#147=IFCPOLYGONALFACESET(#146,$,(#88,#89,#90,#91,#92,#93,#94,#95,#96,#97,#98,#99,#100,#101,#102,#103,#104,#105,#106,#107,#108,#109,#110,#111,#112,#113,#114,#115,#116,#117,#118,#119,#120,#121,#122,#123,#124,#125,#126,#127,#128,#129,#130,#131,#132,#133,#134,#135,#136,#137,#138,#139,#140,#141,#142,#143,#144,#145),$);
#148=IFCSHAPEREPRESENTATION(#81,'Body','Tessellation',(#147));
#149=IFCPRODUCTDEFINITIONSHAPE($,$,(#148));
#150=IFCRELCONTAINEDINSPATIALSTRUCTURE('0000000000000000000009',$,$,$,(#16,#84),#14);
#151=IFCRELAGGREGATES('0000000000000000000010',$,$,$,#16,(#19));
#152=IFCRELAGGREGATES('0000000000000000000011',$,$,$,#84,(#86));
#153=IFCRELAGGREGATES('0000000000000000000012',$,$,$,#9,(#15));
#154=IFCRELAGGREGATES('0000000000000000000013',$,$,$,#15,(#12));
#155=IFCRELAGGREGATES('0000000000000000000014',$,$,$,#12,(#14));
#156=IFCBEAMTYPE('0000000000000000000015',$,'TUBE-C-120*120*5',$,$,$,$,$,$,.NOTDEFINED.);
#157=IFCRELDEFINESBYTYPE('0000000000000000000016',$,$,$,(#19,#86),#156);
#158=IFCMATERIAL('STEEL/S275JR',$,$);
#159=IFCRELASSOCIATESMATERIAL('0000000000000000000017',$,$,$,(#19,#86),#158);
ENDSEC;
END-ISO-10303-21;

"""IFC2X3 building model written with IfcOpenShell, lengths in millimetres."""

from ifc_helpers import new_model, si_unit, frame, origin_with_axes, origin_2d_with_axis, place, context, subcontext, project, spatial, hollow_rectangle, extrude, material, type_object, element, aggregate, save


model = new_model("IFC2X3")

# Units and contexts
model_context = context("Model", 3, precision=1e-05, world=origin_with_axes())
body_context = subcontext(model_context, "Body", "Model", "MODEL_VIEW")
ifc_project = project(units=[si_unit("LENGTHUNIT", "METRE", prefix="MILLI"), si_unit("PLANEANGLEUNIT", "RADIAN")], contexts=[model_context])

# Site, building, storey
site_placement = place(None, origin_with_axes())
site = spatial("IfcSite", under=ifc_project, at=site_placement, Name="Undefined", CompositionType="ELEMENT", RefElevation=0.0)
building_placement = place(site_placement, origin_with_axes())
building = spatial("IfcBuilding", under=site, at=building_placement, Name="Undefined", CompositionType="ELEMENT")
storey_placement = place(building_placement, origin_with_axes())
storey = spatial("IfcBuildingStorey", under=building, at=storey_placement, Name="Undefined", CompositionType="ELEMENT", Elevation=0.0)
§
[WORK ORDER] Write out every line of the preceding listing that contains "Name".

[RESPONSE BELOW]
site = spatial("IfcSite", under=ifc_project, at=site_placement, Name="Undefined", CompositionType="ELEMENT", RefElevation=0.0)
building = spatial("IfcBuilding", under=site, at=building_placement, Name="Undefined", CompositionType="ELEMENT")
storey = spatial("IfcBuildingStorey", under=building, at=storey_placement, Name="Undefined", CompositionType="ELEMENT", Elevation=0.0)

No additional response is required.